▶ Task objective: Take each line of the material that includes "asked" and copy it.

▶ Information shown:
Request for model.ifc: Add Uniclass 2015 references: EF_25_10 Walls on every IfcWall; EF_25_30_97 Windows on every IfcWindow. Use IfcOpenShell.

First a look at what the model holds.

```python
import ifcopenshell

model = ifcopenshell.open("model.ifc")
print(model.schema)
print("classifications:", [c.Name for c in model.by_type("IfcClassification")])
for ifc_class in ("IfcDoor", "IfcRoof", "IfcStair", "IfcWall", "IfcWindow"):
    print(ifc_class, len(model.by_type(ifc_class)))
```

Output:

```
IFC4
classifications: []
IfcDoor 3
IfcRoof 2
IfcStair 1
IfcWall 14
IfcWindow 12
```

```python
import ifcopenshell
import ifcopenshell.api.classification

model = ifcopenshell.open("model.ifc")

system = ifcopenshell.api.classification.add_classification(model, classification="Uniclass 2015")

codes = {
    "IfcWall": ("EF_25_10", "Walls"),
    "IfcWindow": ("EF_25_30_97", "Windows"),
}
for ifc_class, (code, name) in codes.items():
    products = model.by_type(ifc_class)
    ifcopenshell.api.classification.add_reference(
        model, products=products, classification=system, identification=code, name=name
    )
    print(code, len(products))

model.write("model_updated.ifc")
```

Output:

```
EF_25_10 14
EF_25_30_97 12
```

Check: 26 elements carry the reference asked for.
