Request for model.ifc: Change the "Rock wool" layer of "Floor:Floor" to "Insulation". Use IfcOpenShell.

First a look at what the model holds.

```python
import ifcopenshell
import ifcopenshell.util.element

model = ifcopenshell.open("model.ifc")
print(model.schema)
for layer_set in model.by_type("IfcMaterialLayerSet"):
    if layer_set.LayerSetName == "Floor:Floor":
        for layer in layer_set.MaterialLayers:
            print(layer.id(), layer.Material and layer.Material.Name, layer.LayerThickness, sep=" | ")
        print(len(ifcopenshell.util.element.get_elements_by_material(model, layer_set)), "elements and types use it")
print(sorted(m.Name for m in model.by_type("IfcMaterial") if m.Name)[:60])
```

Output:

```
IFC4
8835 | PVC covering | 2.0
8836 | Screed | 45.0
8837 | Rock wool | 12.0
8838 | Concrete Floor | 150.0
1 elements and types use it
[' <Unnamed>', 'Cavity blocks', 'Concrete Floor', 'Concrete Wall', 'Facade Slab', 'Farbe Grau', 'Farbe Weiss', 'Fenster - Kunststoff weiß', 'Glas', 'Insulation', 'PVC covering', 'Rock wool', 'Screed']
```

```python
import ifcopenshell
import ifcopenshell.api.material

model = ifcopenshell.open("model.ifc")

layer_set = next(s for s in model.by_type("IfcMaterialLayerSet") if s.LayerSetName == "Floor:Floor")
layer = next(l for l in layer_set.MaterialLayers if l.Material and l.Material.Name == "Rock wool")
material = next(m for m in model.by_type("IfcMaterial") if m.Name == "Insulation")

# Point this one layer at the other material; renaming the old one would change it everywhere.
ifcopenshell.api.material.edit_layer(model, layer=layer, attributes={}, material=material)

print([l.Material.Name if l.Material else None for l in layer_set.MaterialLayers])

model.write("model_edited.ifc")
```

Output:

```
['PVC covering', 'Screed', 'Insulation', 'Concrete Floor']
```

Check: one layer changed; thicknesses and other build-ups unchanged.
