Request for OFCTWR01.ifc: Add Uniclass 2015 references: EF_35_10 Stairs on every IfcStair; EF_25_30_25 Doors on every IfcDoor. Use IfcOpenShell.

First a look at what the model holds.

```python
import ifcopenshell

model = ifcopenshell.open("OFCTWR01.ifc")
print(model.schema)
print("classifications:", [c.Name for c in model.by_type("IfcClassification")])
for ifc_class in ("IfcDoor", "IfcRoof", "IfcStair", "IfcWall", "IfcWindow"):
    print(ifc_class, len(model.by_type(ifc_class)))
```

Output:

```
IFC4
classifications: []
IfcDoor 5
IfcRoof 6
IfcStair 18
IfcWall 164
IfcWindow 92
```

```python
import ifcopenshell
import ifcopenshell.api.classification

model = ifcopenshell.open("OFCTWR01.ifc")

system = ifcopenshell.api.classification.add_classification(model, classification="Uniclass 2015")

codes = {
    "IfcStair": ("EF_35_10", "Stairs"),
    "IfcDoor": ("EF_25_30_25", "Doors"),
}
for ifc_class, (code, name) in codes.items():
    products = model.by_type(ifc_class)
    ifcopenshell.api.classification.add_reference(
        model, products=products, classification=system, identification=code, name=name
    )
    print(code, len(products))

model.write("OFCTWR01_rev.ifc")
```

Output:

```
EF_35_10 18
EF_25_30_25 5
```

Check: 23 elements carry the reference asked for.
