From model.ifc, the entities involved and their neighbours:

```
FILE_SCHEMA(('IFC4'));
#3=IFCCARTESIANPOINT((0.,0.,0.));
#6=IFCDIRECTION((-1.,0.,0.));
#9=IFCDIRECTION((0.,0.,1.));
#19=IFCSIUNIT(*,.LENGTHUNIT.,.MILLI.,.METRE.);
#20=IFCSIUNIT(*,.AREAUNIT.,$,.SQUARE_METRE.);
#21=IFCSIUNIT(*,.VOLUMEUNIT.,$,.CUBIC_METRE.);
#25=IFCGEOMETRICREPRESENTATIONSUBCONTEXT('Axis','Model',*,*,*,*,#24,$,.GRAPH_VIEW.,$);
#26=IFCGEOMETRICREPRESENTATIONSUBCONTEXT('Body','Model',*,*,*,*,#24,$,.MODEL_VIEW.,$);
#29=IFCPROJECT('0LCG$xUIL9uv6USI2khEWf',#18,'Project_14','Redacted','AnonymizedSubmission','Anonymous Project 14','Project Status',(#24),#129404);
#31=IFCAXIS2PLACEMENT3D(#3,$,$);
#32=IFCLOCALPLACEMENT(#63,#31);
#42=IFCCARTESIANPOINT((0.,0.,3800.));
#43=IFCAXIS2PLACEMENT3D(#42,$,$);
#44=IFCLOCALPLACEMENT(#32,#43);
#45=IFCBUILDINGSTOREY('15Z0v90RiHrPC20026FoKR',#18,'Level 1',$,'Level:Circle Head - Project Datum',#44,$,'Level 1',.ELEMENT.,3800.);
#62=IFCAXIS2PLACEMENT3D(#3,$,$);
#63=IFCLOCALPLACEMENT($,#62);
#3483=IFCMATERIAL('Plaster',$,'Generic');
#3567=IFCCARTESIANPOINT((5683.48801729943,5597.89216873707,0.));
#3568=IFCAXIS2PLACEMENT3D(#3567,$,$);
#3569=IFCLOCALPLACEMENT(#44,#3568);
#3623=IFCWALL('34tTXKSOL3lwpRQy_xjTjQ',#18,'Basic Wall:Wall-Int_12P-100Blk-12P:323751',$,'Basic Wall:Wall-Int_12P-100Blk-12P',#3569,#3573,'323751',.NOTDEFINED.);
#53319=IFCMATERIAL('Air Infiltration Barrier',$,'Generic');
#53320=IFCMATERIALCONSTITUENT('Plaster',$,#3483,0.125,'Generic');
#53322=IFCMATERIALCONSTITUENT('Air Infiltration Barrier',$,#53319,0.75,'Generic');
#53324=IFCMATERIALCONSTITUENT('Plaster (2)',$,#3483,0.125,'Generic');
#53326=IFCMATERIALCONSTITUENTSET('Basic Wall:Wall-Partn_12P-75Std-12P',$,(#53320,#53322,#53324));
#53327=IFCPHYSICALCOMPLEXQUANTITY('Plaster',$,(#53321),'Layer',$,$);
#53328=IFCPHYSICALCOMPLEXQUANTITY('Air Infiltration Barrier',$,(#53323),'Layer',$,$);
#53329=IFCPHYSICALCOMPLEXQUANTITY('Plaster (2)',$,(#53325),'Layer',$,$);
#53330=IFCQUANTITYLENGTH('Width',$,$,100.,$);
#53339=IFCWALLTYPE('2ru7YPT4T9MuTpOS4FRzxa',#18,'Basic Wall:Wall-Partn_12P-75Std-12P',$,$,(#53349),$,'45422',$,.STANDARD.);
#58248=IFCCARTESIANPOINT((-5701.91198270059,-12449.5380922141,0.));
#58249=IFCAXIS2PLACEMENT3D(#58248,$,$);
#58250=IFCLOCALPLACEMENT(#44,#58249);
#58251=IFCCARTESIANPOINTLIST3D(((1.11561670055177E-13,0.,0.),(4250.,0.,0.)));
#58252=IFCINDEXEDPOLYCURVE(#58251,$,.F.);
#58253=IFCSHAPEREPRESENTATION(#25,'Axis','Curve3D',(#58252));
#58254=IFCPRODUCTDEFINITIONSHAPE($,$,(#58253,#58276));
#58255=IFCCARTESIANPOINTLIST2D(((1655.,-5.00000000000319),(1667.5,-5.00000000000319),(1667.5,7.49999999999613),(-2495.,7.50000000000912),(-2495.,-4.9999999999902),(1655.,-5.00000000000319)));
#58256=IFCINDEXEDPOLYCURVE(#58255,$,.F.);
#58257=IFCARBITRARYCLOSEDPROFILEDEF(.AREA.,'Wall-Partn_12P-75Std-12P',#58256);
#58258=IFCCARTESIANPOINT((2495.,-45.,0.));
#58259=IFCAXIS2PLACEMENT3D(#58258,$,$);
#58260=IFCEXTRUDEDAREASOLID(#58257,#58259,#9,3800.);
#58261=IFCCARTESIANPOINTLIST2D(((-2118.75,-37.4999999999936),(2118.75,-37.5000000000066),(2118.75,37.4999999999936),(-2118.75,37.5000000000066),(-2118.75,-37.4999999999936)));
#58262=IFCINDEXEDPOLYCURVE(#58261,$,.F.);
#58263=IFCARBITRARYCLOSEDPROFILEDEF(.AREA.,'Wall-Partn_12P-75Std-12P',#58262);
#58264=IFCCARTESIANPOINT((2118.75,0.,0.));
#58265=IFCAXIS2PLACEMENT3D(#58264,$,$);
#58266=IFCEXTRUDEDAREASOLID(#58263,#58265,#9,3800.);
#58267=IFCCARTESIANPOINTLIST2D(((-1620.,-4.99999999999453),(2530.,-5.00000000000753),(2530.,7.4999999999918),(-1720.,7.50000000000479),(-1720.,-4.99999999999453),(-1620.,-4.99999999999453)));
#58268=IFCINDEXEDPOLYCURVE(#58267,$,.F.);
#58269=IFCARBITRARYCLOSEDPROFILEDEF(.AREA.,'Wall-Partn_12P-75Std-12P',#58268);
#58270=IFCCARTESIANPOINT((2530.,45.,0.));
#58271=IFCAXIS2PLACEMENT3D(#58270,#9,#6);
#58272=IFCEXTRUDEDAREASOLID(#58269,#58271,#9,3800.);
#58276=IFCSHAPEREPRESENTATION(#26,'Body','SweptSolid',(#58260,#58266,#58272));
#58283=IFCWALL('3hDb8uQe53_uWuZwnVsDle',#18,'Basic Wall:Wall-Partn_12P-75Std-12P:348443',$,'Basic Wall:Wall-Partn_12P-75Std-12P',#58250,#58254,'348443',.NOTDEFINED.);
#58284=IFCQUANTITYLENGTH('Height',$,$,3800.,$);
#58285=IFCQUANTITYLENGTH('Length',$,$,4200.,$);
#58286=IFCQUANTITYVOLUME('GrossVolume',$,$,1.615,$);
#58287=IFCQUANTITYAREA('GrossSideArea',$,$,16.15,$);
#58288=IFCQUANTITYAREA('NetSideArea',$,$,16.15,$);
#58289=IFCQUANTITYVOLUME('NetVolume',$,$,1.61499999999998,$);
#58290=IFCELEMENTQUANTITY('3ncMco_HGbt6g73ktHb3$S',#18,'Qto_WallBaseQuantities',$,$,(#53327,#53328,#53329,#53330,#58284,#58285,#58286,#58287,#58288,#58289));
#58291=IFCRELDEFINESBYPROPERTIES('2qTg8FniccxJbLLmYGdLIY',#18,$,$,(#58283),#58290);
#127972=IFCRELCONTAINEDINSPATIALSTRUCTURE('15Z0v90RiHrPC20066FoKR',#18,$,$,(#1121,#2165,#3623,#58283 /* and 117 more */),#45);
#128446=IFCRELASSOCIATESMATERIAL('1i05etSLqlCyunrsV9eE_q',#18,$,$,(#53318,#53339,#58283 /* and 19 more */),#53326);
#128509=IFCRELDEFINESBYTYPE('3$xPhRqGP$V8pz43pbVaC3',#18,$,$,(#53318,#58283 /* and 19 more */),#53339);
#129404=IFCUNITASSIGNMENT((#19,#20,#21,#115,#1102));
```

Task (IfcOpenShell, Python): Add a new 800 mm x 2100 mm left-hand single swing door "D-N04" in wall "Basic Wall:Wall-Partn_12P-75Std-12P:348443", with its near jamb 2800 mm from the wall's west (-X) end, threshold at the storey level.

```python
import numpy as np
import ifcopenshell
import ifcopenshell.api.feature
import ifcopenshell.api.geometry
import ifcopenshell.api.pset
import ifcopenshell.api.root
import ifcopenshell.api.spatial
import ifcopenshell.geom
import ifcopenshell.util.element
import ifcopenshell.util.placement
import ifcopenshell.util.representation
import ifcopenshell.util.shape
import ifcopenshell.util.unit

model = ifcopenshell.open("model.ifc")
unit_scale = ifcopenshell.util.unit.calculate_unit_scale(model)
area_scale = ifcopenshell.util.unit.calculate_unit_scale(model, "AREAUNIT")
volume_scale = ifcopenshell.util.unit.calculate_unit_scale(model, "VOLUMEUNIT")
settings = ifcopenshell.geom.settings()


def volume(element):
    """Net volume in cubic metres, openings subtracted."""
    shape = ifcopenshell.geom.create_shape(settings, element)
    return ifcopenshell.util.shape.get_volume(shape.geometry)


wall = model.by_guid("3hDb8uQe53_uWuZwnVsDle")
storey = ifcopenshell.util.element.get_container(wall, ifc_class="IfcBuildingStorey")
context = ifcopenshell.util.representation.get_context(model, "Model", "Body", "MODEL_VIEW")
before = volume(wall)

width, height, from_end, sill = 0.8, 2.1, 2.8, 0.0  # metres

# The wall runs along its own X axis, and the end named is its -X end.
wall_shape = ifcopenshell.geom.create_shape(settings, wall)
x, y, z = ifcopenshell.util.shape.get_vertices(wall_shape.geometry).T
start = x.min() + from_end
face, thickness = float(y.min()), float(y.max() - y.min())
wall_matrix = ifcopenshell.util.placement.get_local_placement(wall.ObjectPlacement)
level = ifcopenshell.util.placement.get_local_placement(storey.ObjectPlacement)[2, 3]


def in_wall(x, y):
    """Placement at x, y metres in the wall's axes, at sill height."""
    matrix = wall_matrix.copy()
    matrix[:, 3] = wall_matrix @ np.array([x / unit_scale, y / unit_scale, 0.0, 1.0])
    matrix[2, 3] = level + sill / unit_scale
    return matrix


# Opening: a box that overshoots both wall faces by 50 mm.
opening = ifcopenshell.api.root.create_entity(model, ifc_class="IfcOpeningElement", predefined_type="OPENING")
box = ifcopenshell.api.geometry.add_wall_representation(
    model, context=context, length=width, height=height, thickness=thickness + 0.1
)
ifcopenshell.api.geometry.assign_representation(model, product=opening, representation=box)
ifcopenshell.api.geometry.edit_object_placement(model, product=opening, matrix=in_wall(start, face - 0.05), is_si=False)
ifcopenshell.api.feature.add_feature(model, feature=opening, element=wall)

door = ifcopenshell.api.root.create_entity(model, ifc_class="IfcDoor", name="D-N04", predefined_type="DOOR")
door.OverallWidth, door.OverallHeight = width / unit_scale, height / unit_scale
door.OperationType = "SINGLE_SWING_LEFT"
body = ifcopenshell.api.geometry.add_door_representation(
    model,
    context=context,
    overall_width=door.OverallWidth,
    overall_height=door.OverallHeight,
    operation_type="SINGLE_SWING_LEFT",
    lining_properties={"LiningDepth": thickness / unit_scale, "ThresholdDepth": thickness / unit_scale},
)
ifcopenshell.api.geometry.assign_representation(model, product=door, representation=body)
ifcopenshell.api.spatial.assign_container(model, products=[door], relating_structure=storey)
ifcopenshell.api.feature.add_filling(model, opening=opening, element=door)

# The lining spans the wall, so the door starts at the wall face.
ifcopenshell.api.geometry.edit_object_placement(model, product=door, matrix=in_wall(start, face), is_si=False)

after = volume(wall)

# Update the wall's stored quantities.
qto = model.by_id(ifcopenshell.util.element.get_pset(wall, "Qto_WallBaseQuantities", should_inherit=False)["id"])
ifcopenshell.api.pset.edit_qto(model, qto=qto, properties={
    "NetSideArea": after / thickness / area_scale,
    "NetVolume": after / volume_scale,
})

print(f"wall volume {before:.3f} -> {after:.3f} m3")

model.write("model-out.ifc")
```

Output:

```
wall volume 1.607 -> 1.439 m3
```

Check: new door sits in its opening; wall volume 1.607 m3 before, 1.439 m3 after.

▶ Your solution:
Check: 26 elements carry the reference asked for.
Check: 23 elements carry the reference asked for.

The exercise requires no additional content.